All chickens are pretty much helpless when it comes to predators, after dark. A lot of folks think that roosters will protect the hens. Would be nice if it were true. They usually, in my situation, sit back and let the varmint eat the hen or the chicks.

Some of bannies will put up a ruckus when a snake or other varmint is about... and the guineas usually put up a fuss, loud enough to hear, if the chickens are disturbed. Sometimes a rooster will crow, if alarmed...

You cannot have snakes and poultry... unless you have your poultry in hermetically sealed chambers... I've had chicken snakes crawl between two sheets of tin, nested together to get in and kill chickens.

I have some mercy on endangered snakes, relocating them... however, chicken snakes must go to the next plane of existence.

Half the time, the snake can't even swallow the chicken, but it kills it in the process of trying to....:grump:


----------



## lonnie

Hi Texican, 

I think Texas is the leader when it comes to chicken snakes. I was stationed at Ft. Hood a few years ago. 

I cannot believe that a rooster would let a snake kill a hen or baby chicks.
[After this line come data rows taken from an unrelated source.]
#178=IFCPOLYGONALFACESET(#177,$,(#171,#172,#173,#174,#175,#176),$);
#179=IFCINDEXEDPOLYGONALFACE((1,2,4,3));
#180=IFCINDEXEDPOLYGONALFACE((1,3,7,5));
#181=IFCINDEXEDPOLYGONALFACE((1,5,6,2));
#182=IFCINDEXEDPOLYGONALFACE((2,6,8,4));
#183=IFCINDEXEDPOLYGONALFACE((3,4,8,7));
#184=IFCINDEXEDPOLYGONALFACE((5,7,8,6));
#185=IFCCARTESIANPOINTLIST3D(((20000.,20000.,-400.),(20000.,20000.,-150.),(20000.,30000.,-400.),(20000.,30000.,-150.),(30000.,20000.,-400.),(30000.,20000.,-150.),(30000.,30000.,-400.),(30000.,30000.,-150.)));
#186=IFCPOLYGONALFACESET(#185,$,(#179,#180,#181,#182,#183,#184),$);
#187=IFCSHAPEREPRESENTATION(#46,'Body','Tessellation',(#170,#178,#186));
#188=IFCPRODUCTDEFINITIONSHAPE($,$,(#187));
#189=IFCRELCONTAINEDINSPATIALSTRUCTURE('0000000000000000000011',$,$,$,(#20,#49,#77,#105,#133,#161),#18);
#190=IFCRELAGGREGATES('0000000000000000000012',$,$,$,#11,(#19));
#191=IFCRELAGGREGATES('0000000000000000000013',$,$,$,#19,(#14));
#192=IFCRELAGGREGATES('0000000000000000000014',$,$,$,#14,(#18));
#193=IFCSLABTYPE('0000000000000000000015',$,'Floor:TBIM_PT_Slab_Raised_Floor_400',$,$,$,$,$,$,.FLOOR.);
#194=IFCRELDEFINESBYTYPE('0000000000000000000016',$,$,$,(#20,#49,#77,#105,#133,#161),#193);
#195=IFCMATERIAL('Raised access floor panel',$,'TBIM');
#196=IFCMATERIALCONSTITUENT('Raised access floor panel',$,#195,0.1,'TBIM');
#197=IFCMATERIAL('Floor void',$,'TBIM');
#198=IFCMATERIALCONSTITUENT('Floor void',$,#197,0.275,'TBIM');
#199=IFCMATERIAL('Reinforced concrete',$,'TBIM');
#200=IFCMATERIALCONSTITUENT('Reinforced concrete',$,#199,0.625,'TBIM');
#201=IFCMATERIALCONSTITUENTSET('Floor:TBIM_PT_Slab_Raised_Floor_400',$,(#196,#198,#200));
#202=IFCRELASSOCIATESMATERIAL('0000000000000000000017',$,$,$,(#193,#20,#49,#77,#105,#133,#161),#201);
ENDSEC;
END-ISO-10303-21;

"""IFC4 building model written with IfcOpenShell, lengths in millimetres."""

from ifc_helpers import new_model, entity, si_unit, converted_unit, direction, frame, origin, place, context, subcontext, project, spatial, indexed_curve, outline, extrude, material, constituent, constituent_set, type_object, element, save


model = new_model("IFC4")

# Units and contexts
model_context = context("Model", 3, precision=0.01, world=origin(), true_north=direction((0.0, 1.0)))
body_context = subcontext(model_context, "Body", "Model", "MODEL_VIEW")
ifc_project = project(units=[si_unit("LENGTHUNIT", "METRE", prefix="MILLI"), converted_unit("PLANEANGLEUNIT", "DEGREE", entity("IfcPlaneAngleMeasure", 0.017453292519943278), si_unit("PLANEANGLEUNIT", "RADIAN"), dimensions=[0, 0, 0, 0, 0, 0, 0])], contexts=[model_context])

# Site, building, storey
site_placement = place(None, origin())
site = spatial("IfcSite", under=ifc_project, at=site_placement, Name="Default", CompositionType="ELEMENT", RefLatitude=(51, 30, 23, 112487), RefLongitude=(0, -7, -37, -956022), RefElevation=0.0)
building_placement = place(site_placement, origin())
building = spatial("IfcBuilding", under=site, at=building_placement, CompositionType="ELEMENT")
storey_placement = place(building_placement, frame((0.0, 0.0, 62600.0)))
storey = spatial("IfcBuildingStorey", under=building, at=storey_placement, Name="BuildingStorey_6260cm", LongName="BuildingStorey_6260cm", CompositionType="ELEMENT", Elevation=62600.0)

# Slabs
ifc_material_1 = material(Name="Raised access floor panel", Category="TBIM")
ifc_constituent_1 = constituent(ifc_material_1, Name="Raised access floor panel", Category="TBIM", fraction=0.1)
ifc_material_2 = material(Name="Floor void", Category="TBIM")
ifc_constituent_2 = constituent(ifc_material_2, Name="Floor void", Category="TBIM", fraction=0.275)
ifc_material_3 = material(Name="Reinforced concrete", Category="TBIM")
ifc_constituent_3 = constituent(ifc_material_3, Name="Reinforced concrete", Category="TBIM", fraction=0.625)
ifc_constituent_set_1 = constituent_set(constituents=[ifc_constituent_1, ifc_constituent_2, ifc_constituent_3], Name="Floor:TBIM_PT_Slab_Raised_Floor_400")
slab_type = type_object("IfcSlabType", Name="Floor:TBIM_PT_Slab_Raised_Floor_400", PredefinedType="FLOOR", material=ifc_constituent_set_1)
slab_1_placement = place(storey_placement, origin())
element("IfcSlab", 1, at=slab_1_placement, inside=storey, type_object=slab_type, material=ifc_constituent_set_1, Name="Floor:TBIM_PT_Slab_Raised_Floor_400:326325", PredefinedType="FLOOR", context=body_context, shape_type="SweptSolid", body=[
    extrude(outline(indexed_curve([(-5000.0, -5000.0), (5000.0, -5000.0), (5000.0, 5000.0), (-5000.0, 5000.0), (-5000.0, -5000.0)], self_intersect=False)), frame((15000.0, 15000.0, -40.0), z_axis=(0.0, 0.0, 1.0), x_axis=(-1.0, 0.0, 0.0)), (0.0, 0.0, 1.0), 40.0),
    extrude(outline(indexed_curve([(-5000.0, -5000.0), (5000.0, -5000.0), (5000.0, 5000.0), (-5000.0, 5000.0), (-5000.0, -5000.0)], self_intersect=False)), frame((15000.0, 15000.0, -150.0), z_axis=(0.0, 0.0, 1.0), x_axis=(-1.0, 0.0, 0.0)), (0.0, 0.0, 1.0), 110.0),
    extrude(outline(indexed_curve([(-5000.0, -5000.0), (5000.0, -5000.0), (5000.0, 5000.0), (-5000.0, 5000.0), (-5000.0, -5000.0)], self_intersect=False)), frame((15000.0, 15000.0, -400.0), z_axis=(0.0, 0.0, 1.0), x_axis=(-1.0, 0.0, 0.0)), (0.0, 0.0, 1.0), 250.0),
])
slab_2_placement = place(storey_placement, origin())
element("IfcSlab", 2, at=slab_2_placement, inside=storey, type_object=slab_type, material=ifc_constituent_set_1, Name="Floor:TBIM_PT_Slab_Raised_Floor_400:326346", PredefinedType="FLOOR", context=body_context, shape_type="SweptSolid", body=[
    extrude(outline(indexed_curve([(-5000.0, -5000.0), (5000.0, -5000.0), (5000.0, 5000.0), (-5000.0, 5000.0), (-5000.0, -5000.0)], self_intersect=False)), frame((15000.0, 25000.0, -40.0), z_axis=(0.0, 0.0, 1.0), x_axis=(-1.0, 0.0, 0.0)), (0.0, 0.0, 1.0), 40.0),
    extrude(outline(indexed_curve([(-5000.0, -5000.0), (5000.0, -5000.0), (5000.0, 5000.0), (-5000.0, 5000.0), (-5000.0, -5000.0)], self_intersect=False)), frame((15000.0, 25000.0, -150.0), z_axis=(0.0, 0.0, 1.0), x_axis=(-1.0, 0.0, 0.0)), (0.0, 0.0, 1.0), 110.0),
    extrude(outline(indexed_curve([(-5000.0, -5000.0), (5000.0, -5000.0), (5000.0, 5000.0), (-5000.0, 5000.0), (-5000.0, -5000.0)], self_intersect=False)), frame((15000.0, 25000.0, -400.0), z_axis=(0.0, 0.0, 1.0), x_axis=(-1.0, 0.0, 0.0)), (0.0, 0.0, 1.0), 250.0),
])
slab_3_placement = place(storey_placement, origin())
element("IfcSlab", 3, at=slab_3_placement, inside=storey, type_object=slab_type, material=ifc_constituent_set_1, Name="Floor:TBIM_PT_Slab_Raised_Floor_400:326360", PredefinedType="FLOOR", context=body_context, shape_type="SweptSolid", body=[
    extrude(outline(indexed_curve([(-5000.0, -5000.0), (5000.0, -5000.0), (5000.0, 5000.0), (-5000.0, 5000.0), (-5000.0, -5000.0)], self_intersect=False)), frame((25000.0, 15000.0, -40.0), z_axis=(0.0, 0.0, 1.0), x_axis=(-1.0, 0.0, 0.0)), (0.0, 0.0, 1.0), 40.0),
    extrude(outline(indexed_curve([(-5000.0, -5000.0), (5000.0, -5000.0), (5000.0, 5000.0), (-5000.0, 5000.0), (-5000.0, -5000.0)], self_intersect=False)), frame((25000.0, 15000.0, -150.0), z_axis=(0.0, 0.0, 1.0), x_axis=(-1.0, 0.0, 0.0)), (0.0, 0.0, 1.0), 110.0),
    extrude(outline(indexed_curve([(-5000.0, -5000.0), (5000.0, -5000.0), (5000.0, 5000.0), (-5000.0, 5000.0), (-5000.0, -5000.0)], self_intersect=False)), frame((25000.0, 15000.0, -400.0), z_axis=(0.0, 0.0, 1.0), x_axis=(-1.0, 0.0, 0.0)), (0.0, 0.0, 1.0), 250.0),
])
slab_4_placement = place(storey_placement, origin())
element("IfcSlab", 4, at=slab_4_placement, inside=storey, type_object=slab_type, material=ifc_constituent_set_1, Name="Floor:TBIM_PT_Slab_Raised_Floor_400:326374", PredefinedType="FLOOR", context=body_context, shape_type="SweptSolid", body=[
Are roosters good for anything besides breeding and attacking children? 

Lonnie


----------



## pickapeppa

What other kind of snakes kill chickens? We usually don't see many around here, but I'm sure their lurking somewhere just waiting for me to let the chickens outside in the shade.


----------



## Wingdo

lonnie said:


> Hi Texican,
> 
> I think Texas is the leader when it comes to chicken snakes. I was stationed at Ft. Hood a few years ago.
> 
> I cannot believe that a rooster would let a snake kill a hen or baby chicks. Are roosters good for anything besides breeding and attacking children?
> 
> Lonnie


Nope... breeding is about all they are good for, unless you invite them for Sunday dinner.


----------



## Cheryl aka JM

pickapeppa said:


> What other kind of snakes kill chickens? We usually don't see many around here, but I'm sure their lurking somewhere just waiting for me to let the chickens outside in the shade.


Any breed of snake will kill a chicken if they suspect they can eat it. Most smaller snakes KNOW they can't swollow anything that big~ but some will try anyway.
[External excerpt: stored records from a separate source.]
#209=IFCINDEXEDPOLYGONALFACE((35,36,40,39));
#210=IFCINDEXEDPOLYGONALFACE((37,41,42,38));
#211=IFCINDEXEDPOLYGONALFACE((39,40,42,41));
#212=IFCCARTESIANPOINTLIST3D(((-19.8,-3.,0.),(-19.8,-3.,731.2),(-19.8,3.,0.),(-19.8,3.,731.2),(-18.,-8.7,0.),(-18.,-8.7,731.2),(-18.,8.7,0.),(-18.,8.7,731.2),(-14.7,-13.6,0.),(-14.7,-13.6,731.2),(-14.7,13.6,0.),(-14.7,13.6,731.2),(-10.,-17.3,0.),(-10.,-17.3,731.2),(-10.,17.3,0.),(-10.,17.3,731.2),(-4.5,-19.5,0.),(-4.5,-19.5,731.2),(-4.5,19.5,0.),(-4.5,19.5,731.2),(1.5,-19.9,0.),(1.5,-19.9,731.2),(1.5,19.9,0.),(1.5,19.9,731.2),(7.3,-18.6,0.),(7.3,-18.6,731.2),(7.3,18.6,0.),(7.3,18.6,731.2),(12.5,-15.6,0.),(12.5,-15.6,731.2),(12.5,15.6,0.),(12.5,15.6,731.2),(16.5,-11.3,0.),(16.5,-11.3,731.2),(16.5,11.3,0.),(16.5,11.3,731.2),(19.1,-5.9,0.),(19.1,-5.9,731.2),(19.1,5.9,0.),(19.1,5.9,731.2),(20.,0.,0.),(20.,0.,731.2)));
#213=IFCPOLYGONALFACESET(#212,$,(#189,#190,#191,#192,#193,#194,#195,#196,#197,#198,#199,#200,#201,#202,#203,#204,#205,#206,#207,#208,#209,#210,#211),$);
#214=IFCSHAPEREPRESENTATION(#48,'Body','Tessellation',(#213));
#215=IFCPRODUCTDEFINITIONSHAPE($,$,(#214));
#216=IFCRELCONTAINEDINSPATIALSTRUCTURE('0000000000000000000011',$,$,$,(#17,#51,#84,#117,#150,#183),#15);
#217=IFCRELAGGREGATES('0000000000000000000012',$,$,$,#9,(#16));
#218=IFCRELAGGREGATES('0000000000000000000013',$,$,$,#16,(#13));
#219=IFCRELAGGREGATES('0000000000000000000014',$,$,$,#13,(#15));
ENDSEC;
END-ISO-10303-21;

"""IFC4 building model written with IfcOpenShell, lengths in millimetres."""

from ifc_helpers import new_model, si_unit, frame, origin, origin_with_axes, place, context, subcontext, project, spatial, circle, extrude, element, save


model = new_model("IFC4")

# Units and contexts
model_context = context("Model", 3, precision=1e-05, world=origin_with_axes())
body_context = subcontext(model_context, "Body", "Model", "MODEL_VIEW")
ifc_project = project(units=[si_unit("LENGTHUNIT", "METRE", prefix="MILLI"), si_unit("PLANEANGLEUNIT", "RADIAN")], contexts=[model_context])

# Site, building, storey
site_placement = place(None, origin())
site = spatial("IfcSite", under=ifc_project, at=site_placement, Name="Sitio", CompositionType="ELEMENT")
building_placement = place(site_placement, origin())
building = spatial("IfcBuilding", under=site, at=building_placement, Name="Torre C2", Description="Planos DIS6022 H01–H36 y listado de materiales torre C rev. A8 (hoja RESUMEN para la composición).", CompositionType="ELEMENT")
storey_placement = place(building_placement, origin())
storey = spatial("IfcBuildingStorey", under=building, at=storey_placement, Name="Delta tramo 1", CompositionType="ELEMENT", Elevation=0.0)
I really like snakes. I always suggest leaving them alone when possible or relocating them if you must~ but like any predator if a snake kills a chicken or chic and actually succeeds in swollowing it.....it will come back for more. Why wouldn't it? A sleeping chic would be much easier to catch at night than a nocturnal and wary rat! But mostly~ if they've never succeeded in getting a meal out of a chicken they will not waste their energy trying. They know they can eat a rat~ and most smarter snakes you'll never see and never know are busily taking care of varmint problems on your property. MOSTLY that is~ snakes ARE stupid and some will kill a chicken HOPING to be able to eat it~ if he succeeds.....he'll be back for more in a week or two.


----------



## DONKEYTIME

Thanks for your observations. Please give me some advice on how to go forward. Someone said that putting lime around the cracks to the shed might help, as the snake does not like to crawl over lime. Is that right? Right now they are in a stall in the barn. This snake is huge. It is the biggest black snake my husband and I have ever seen. We really tried to catch it and came close at one point, so there was a "struggle" so to speak. Any chance this might deter the snake from coming back? Ever heard of "snake away?" Does it work? This happened around 5:00 in the afternoon and not at night. We came home from vacation and it was dead quiet in the chicken stall. When I opened the door, the chickens came out except the one, so I went in to see if she was nesting or under something and the snake was curled around her with her head in his mouth. She is a small chicken--a silkie--but I don't see how that snake, as big as it was, was going to swallow that silkie. Her head was elogated from the snake tryiny to get her down, I guess. I don't want to keep going out to find more dead chickens and you all said that snakes can get through a tiny crack. So how do I keep it away or catch that snake? Would it help to get a few ginneas? A peacock? 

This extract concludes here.